Considérant que la méconnaissance et le mépris des droits de l’homme ont conduit à des actes de barbarie qui révoltent la conscience de l’humanité et que l’avènement d’un monde où les êtres humains seront libres de parler et de croire, libérés de la terreur et de la misère, a été proclamé comme la plus haute aspiration de l’homme.
Considérant qu’il est essentiel que les droits de l’homme soient protégés par un régime de droit pour que l’homme ne soit pas contraint, en suprême recours, à la révolte contre la tyrannie et l’oppression.
Considérant qu’il est essentiel d’encourager le développement de relations amicales entre nations.
Considérant que dans la Charte les peuples des Nations Unies ont proclamé à nouveau leur foi dans les droits fondamentaux de l’homme, dans la dignité et la valeur de la personne humaine, dans l’égalité des droits des hommes et des femmes, et qu’ils se sont déclarés résolus à favoriser le progrès social et à instaurer de meilleures conditions de vie dans une liberté plus grande.
Considérant que les États Membres se sont engagés à assurer, en coopération avec l’Organisation des Nations Unies, le respect universel et effectif des droits de l’homme et des libertés fondamentales.
Considérant qu’une conception commune de ces droits et libertés est de la plus haute importance pour remplir pleinement cet engagement.

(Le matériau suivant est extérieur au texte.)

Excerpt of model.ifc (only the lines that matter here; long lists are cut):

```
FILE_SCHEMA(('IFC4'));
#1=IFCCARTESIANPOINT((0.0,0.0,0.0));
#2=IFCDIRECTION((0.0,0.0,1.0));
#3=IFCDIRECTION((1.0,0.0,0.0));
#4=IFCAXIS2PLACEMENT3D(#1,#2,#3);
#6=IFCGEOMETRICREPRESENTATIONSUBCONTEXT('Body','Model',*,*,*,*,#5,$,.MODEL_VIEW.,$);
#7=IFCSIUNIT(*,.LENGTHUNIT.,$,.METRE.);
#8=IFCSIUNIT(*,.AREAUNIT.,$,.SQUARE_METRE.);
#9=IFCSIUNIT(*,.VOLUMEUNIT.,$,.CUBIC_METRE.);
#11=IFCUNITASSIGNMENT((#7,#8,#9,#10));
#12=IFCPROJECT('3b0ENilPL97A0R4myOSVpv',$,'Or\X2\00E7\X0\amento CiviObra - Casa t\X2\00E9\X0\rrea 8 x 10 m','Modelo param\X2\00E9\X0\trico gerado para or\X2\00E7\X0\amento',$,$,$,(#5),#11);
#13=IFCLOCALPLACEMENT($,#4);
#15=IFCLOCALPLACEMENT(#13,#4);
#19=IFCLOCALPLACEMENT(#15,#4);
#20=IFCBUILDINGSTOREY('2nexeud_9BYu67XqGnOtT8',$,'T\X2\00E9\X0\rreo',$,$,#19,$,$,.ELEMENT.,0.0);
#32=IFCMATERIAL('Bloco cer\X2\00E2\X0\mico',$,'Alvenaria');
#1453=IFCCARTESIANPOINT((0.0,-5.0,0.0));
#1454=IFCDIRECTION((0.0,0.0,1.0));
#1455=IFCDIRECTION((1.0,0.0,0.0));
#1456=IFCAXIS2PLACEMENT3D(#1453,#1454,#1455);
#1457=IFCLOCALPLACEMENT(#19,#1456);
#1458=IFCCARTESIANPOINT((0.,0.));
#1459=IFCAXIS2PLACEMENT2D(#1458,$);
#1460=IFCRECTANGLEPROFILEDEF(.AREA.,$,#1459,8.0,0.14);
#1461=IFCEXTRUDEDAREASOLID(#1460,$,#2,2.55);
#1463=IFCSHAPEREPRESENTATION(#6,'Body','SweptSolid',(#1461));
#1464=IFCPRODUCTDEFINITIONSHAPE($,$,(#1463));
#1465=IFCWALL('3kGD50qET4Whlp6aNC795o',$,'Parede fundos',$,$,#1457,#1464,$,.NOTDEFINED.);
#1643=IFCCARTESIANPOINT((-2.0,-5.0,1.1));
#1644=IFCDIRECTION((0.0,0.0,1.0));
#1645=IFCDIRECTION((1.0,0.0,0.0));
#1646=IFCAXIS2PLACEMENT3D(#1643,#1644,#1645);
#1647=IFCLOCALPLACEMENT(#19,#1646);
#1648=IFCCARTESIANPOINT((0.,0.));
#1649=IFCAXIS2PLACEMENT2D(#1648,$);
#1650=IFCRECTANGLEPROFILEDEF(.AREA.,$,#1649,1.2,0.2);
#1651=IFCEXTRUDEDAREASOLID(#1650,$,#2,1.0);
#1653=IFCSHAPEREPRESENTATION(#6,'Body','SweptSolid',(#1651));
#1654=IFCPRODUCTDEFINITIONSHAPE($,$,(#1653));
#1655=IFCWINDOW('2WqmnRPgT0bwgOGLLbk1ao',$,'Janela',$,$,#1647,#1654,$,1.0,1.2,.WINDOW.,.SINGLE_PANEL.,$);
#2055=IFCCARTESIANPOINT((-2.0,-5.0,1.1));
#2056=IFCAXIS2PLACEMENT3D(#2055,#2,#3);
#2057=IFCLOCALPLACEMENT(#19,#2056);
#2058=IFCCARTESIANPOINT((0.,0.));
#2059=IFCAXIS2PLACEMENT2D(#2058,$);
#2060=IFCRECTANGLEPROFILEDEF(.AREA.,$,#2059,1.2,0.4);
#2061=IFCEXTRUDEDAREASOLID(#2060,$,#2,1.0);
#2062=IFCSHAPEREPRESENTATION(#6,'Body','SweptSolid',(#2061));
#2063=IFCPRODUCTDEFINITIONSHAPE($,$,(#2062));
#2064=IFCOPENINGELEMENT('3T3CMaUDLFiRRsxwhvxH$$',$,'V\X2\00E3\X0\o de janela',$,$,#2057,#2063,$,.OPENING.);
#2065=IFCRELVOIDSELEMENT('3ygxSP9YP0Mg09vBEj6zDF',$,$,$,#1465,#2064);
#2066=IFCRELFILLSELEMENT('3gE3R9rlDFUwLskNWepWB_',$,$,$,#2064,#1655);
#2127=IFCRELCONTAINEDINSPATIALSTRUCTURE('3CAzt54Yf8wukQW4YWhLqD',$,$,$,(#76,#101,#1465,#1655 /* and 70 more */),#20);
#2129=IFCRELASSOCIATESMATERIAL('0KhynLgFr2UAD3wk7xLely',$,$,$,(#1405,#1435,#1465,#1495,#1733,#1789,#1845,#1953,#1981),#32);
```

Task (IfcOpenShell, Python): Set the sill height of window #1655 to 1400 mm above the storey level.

```python
import numpy as np
import ifcopenshell
import ifcopenshell.api.geometry
import ifcopenshell.geom
import ifcopenshell.util.element
import ifcopenshell.util.placement
import ifcopenshell.util.shape
import ifcopenshell.util.unit

model = ifcopenshell.open("model.ifc")
unit_scale = ifcopenshell.util.unit.calculate_unit_scale(model)

window = model.by_guid("2WqmnRPgT0bwgOGLLbk1ao")
opening = window.FillsVoids[0].RelatingOpeningElement
storey = ifcopenshell.util.element.get_container(window, ifc_class="IfcBuildingStorey")
level = ifcopenshell.util.placement.get_local_placement(storey.ObjectPlacement)[2, 3]

# The opening's origin need not be at the sill, so measure its lowest point.
shape = ifcopenshell.geom.create_shape(ifcopenshell.geom.settings(), opening)
bottom = ifcopenshell.util.shape.get_shape_bottom_elevation(shape, shape.geometry) / unit_scale
dz = level + 1.4 / unit_scale - bottom

shift = np.array([0.0, 0.0, dz])
# The window is not placed relative to its opening, so move both.
for product in (opening, window):
    matrix = ifcopenshell.util.placement.get_local_placement(product.ObjectPlacement)
    matrix[:3, 3] += shift
    ifcopenshell.api.geometry.edit_object_placement(model, product=product, matrix=matrix, is_si=False)

print(f"moved by {dz * unit_scale:+.3f} m")

model.write("model_updated.ifc")
```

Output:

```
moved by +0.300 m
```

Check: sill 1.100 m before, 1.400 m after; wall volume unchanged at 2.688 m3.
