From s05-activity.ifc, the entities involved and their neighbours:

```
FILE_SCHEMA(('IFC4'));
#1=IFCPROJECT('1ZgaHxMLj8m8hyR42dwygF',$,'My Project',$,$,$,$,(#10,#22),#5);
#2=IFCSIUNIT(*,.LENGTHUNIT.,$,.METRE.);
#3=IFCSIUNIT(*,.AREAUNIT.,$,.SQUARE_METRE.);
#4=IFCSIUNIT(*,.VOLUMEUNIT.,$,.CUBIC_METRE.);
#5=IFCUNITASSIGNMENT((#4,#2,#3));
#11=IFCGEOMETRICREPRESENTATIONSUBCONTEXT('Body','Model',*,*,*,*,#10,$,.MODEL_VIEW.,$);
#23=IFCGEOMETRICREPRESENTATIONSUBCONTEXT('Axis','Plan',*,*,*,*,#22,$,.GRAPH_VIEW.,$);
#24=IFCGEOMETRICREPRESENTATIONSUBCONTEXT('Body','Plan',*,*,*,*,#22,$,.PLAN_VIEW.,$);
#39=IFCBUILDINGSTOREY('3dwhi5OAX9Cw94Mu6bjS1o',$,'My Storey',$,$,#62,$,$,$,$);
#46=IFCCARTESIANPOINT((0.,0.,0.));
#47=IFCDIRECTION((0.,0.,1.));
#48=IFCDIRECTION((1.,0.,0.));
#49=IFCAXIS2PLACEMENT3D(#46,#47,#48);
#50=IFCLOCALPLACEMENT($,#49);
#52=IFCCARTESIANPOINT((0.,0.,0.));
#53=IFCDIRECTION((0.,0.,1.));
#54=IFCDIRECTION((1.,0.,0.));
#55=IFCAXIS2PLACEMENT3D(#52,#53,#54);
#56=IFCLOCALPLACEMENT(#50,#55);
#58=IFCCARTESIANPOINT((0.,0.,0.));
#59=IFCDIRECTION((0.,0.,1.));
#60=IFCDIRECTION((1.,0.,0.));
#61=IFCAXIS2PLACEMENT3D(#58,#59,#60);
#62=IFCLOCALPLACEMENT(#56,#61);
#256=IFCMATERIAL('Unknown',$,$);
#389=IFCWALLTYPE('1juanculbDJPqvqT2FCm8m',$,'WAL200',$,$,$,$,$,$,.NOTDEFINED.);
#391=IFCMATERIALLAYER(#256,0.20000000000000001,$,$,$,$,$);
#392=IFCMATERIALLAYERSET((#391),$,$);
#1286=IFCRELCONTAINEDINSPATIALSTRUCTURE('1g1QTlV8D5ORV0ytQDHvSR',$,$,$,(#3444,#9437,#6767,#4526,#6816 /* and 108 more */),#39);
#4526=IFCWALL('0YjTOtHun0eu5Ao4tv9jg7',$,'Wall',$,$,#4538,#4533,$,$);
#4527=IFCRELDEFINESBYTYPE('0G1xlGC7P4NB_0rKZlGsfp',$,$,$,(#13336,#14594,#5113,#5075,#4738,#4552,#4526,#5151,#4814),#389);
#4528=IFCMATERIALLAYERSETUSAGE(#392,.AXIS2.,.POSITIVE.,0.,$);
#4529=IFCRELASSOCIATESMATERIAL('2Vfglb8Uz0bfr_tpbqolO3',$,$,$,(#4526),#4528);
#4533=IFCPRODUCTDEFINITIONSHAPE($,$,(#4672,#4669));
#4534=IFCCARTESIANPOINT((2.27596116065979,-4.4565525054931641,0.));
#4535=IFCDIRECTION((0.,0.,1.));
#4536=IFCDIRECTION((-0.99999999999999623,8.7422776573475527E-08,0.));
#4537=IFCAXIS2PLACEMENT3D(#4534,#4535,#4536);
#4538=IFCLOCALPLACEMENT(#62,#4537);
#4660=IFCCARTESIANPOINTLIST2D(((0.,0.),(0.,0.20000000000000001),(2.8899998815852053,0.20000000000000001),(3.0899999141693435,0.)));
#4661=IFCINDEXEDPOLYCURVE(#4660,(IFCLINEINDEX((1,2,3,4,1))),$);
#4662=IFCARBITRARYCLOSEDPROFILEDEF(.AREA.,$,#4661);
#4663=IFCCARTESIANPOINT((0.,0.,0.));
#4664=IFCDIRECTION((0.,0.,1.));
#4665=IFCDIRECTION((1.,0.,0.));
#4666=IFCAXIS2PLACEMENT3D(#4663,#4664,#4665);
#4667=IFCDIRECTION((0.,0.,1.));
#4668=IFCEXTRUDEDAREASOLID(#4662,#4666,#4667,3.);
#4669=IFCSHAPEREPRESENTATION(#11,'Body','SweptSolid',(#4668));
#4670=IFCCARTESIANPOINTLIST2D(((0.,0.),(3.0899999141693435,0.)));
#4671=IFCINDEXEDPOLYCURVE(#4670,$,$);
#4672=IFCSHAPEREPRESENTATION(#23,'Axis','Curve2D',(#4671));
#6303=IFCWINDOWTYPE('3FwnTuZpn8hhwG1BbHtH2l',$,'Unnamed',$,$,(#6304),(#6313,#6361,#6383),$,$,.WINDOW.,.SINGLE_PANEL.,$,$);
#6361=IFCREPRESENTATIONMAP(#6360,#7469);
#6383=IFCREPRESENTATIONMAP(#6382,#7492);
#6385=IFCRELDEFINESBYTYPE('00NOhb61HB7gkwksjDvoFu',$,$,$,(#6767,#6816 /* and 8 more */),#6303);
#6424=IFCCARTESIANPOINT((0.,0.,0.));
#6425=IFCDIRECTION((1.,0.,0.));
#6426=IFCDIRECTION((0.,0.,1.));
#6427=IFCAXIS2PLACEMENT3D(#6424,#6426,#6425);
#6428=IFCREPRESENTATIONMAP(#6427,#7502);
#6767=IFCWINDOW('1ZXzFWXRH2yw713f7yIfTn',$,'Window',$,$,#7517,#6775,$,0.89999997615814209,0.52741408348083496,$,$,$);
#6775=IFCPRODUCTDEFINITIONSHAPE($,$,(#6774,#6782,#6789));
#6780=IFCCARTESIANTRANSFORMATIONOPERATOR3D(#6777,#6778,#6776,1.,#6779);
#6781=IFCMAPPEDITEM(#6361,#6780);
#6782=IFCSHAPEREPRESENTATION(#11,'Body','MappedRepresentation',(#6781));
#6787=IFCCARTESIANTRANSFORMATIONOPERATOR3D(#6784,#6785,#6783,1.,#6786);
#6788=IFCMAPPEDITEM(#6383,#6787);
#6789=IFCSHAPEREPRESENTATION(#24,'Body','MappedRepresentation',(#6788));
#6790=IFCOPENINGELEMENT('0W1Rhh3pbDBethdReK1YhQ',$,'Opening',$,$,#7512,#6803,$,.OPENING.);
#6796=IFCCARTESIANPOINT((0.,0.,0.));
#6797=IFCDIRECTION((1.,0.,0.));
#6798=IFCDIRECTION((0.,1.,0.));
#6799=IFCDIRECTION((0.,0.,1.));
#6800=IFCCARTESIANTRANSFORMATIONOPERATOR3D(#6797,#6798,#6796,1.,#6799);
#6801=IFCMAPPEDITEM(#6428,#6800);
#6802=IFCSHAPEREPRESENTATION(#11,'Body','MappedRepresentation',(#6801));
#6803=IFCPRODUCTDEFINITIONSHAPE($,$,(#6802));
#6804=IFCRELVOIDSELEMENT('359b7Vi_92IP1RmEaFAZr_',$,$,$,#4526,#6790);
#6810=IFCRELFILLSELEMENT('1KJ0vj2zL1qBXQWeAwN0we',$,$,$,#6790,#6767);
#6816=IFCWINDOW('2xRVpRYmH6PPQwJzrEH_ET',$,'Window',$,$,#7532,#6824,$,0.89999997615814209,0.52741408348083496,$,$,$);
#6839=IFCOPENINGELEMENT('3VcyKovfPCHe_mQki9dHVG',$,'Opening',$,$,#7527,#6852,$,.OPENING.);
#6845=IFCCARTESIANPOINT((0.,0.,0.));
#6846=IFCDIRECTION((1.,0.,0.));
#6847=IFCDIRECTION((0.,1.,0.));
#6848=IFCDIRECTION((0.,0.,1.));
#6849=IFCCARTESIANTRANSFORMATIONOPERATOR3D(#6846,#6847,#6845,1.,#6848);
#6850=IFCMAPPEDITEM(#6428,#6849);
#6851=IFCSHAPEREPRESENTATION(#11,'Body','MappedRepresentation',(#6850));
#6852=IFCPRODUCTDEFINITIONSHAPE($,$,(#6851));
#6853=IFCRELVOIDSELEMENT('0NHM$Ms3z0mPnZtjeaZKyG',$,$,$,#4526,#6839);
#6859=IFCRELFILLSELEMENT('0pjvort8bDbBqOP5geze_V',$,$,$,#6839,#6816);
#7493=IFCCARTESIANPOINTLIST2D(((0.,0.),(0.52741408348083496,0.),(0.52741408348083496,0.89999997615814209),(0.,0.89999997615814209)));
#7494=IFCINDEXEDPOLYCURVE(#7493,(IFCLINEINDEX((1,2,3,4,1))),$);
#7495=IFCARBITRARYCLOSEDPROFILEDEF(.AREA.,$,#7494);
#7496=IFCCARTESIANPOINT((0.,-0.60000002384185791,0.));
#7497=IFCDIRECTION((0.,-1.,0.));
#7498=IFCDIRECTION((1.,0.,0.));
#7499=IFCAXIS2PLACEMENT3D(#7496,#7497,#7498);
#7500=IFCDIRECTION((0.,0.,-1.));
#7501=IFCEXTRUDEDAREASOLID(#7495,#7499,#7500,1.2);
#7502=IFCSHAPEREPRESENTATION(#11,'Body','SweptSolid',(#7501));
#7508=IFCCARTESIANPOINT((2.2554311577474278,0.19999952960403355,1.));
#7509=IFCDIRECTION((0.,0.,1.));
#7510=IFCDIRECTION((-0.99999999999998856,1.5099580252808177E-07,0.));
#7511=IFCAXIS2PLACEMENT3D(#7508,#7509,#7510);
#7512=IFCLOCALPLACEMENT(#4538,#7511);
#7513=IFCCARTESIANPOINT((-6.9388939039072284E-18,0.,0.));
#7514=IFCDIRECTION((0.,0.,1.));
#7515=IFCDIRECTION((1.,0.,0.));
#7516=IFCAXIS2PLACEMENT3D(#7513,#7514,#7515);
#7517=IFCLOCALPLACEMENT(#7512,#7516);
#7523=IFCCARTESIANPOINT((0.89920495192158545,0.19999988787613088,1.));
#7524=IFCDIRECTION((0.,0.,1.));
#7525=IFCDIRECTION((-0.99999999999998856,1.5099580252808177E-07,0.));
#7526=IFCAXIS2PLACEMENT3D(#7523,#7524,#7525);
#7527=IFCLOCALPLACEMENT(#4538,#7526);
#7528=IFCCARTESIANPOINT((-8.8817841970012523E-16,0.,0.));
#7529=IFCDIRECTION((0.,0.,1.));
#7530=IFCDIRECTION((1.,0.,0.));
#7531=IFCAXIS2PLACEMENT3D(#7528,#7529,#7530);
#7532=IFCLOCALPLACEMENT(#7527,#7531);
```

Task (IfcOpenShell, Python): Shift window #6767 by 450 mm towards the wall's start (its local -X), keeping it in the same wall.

```python
import ifcopenshell
import ifcopenshell.api.geometry
import ifcopenshell.util.placement
import ifcopenshell.util.unit

model = ifcopenshell.open("s05-activity.ifc")
unit_scale = ifcopenshell.util.unit.calculate_unit_scale(model)

window = model.by_guid("1ZXzFWXRH2yw713f7yIfTn")
opening = window.FillsVoids[0].RelatingOpeningElement
wall = opening.VoidsElements[0].RelatingBuildingElement

wall_matrix = ifcopenshell.util.placement.get_local_placement(wall.ObjectPlacement)
shift = wall_matrix[:3, 0] * -0.45 / unit_scale
before = ifcopenshell.util.placement.get_local_placement(window.ObjectPlacement)[:3, 3].copy()

# The window is placed relative to its opening, so it follows when the opening moves.
matrix = ifcopenshell.util.placement.get_local_placement(opening.ObjectPlacement)
matrix[:3, 3] += shift
ifcopenshell.api.geometry.edit_object_placement(
    model, product=opening, matrix=matrix, is_si=False, should_transform_children=True
)

after = ifcopenshell.util.placement.get_local_placement(window.ObjectPlacement)[:3, 3]
print("window moved by", (after - before).round(3) + 0.0)

model.write("s05-activity-out.ifc")
```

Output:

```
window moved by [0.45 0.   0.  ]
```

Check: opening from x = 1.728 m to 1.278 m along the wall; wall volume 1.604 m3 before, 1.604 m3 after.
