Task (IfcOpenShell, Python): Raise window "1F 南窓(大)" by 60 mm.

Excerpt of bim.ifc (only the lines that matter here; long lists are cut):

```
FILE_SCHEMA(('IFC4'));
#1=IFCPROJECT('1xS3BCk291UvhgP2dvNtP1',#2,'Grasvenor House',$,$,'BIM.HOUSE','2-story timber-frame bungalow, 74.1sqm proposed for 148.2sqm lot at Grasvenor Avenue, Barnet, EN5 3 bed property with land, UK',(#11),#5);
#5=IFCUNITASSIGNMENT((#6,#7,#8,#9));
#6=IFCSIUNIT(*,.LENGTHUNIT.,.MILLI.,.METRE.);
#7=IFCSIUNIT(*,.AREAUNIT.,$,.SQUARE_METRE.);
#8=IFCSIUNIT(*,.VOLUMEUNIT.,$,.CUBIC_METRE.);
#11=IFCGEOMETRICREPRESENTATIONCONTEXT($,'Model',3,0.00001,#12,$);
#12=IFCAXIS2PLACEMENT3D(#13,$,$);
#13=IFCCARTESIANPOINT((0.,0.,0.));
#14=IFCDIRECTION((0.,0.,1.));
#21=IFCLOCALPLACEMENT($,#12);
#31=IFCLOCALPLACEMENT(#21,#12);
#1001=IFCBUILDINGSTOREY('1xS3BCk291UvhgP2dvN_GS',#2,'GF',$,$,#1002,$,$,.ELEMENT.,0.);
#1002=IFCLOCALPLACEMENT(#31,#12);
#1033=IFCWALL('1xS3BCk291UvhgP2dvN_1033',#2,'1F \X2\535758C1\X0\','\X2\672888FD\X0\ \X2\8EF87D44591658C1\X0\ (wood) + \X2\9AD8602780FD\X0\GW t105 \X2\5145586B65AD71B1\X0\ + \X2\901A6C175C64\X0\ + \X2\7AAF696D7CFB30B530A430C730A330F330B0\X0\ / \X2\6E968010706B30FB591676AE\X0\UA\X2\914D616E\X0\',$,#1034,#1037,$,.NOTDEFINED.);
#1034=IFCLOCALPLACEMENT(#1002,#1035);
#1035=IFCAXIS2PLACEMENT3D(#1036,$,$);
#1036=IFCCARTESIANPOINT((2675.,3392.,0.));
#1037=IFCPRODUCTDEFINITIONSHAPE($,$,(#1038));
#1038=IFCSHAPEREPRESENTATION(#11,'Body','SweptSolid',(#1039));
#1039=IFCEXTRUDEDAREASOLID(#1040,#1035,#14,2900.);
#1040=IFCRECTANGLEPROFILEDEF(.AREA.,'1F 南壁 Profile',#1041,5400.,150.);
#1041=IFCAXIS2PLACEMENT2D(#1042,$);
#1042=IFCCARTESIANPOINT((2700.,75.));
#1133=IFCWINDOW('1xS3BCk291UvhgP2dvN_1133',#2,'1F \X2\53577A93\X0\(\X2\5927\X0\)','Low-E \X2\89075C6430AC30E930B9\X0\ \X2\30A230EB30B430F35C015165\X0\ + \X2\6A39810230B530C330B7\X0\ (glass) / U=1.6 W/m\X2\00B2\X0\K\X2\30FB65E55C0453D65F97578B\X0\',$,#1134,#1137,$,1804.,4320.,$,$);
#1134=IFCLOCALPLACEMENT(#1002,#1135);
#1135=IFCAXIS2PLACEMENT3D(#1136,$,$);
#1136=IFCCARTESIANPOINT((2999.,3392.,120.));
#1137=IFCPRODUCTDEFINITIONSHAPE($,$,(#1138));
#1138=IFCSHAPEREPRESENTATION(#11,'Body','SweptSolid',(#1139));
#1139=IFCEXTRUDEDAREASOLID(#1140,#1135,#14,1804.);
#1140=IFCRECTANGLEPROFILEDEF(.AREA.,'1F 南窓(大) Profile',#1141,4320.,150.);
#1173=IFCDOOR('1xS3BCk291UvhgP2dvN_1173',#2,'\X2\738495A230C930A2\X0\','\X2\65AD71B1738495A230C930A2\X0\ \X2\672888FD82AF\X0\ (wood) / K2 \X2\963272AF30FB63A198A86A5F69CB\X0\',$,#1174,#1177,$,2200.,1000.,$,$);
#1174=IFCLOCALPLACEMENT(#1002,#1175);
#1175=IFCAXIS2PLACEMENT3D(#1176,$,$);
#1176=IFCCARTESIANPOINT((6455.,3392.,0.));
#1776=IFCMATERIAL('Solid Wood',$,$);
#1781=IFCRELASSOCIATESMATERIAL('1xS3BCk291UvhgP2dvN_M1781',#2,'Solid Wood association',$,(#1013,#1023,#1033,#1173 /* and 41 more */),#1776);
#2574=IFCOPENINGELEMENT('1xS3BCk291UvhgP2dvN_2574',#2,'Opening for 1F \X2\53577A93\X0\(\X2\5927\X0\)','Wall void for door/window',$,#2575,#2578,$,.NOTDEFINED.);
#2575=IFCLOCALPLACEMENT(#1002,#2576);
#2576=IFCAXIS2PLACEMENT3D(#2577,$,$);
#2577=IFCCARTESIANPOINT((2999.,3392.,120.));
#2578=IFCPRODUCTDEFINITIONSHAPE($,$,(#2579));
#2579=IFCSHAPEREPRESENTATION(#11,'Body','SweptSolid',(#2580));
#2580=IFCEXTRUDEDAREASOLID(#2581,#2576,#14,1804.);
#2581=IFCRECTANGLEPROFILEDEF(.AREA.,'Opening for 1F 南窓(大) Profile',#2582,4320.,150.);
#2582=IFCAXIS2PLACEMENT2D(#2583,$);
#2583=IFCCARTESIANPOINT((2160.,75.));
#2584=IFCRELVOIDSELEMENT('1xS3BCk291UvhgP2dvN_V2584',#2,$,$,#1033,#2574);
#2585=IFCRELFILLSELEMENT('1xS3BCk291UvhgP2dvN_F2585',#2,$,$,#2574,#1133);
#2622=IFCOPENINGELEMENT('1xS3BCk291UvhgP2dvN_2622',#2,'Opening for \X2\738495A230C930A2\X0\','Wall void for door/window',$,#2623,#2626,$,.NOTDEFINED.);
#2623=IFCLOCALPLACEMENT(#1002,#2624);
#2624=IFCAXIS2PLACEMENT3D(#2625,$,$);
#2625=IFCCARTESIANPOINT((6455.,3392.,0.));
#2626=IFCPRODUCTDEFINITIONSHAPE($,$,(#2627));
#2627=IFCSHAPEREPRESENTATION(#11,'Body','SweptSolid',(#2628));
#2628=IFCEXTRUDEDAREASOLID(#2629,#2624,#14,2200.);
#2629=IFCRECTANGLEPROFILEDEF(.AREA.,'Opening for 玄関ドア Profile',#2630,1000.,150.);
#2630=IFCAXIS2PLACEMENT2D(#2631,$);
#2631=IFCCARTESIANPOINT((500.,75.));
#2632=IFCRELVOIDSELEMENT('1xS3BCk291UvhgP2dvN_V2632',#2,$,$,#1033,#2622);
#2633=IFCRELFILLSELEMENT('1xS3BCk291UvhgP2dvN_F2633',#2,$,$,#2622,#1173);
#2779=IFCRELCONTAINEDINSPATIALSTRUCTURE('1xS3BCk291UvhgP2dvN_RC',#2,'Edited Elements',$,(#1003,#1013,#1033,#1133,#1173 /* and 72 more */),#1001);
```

```python
import numpy as np
import ifcopenshell
import ifcopenshell.api.geometry
import ifcopenshell.util.placement
import ifcopenshell.util.unit

model = ifcopenshell.open("bim.ifc")
unit_scale = ifcopenshell.util.unit.calculate_unit_scale(model)

window = model.by_id(1133)
opening = window.FillsVoids[0].RelatingOpeningElement
dz = 0.06 / unit_scale

shift = np.array([0.0, 0.0, dz])
# The window is not placed relative to its opening, so move both.
for product in (opening, window):
    matrix = ifcopenshell.util.placement.get_local_placement(product.ObjectPlacement)
    matrix[:3, 3] += shift
    ifcopenshell.api.geometry.edit_object_placement(model, product=product, matrix=matrix, is_si=False)

print(f"moved by {dz * unit_scale:+.3f} m")

model.write("bim_edited.ifc")
```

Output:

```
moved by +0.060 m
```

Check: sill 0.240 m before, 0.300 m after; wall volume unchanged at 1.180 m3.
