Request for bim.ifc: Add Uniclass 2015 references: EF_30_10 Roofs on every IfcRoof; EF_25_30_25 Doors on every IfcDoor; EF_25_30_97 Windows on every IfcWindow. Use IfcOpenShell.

First a look at what the model holds.

```python
import ifcopenshell

model = ifcopenshell.open("bim.ifc")
print(model.schema)
print("classifications:", [c.Name for c in model.by_type("IfcClassification")])
for ifc_class in ("IfcDoor", "IfcRoof", "IfcStair", "IfcWall", "IfcWindow"):
    print(ifc_class, len(model.by_type(ifc_class)))
```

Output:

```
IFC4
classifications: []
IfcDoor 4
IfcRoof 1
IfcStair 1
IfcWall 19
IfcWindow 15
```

```python
import ifcopenshell
import ifcopenshell.api.classification

model = ifcopenshell.open("bim.ifc")

system = ifcopenshell.api.classification.add_classification(model, classification="Uniclass 2015")

codes = {
    "IfcRoof": ("EF_30_10", "Roofs"),
    "IfcDoor": ("EF_25_30_25", "Doors"),
    "IfcWindow": ("EF_25_30_97", "Windows"),
}
for ifc_class, (code, name) in codes.items():
    products = model.by_type(ifc_class)
    ifcopenshell.api.classification.add_reference(
        model, products=products, classification=system, identification=code, name=name
    )
    print(code, len(products))

model.write("bim_edited.ifc")
```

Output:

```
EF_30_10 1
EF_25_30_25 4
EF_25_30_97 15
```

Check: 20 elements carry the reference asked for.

L’Assemblée générale proclame la présente Déclaration universelle des droits de l’homme comme l’idéal à atteindre par tous les peuples et toutes les nations afin que tous les individus et tous les organes de la société, ayant cette Déclaration constamment à l’esprit, s’efforcent, par l’enseignement et l’éducation, de développer le respect de ces droits et libertés et d’en assurer, par des mesures progressives d’ordre national et international, la reconnaissance et l’application universelles et effectives, tant parmi les populations des États Membres eux-mêmes que parmi celles des territoires placés sous leur juridiction.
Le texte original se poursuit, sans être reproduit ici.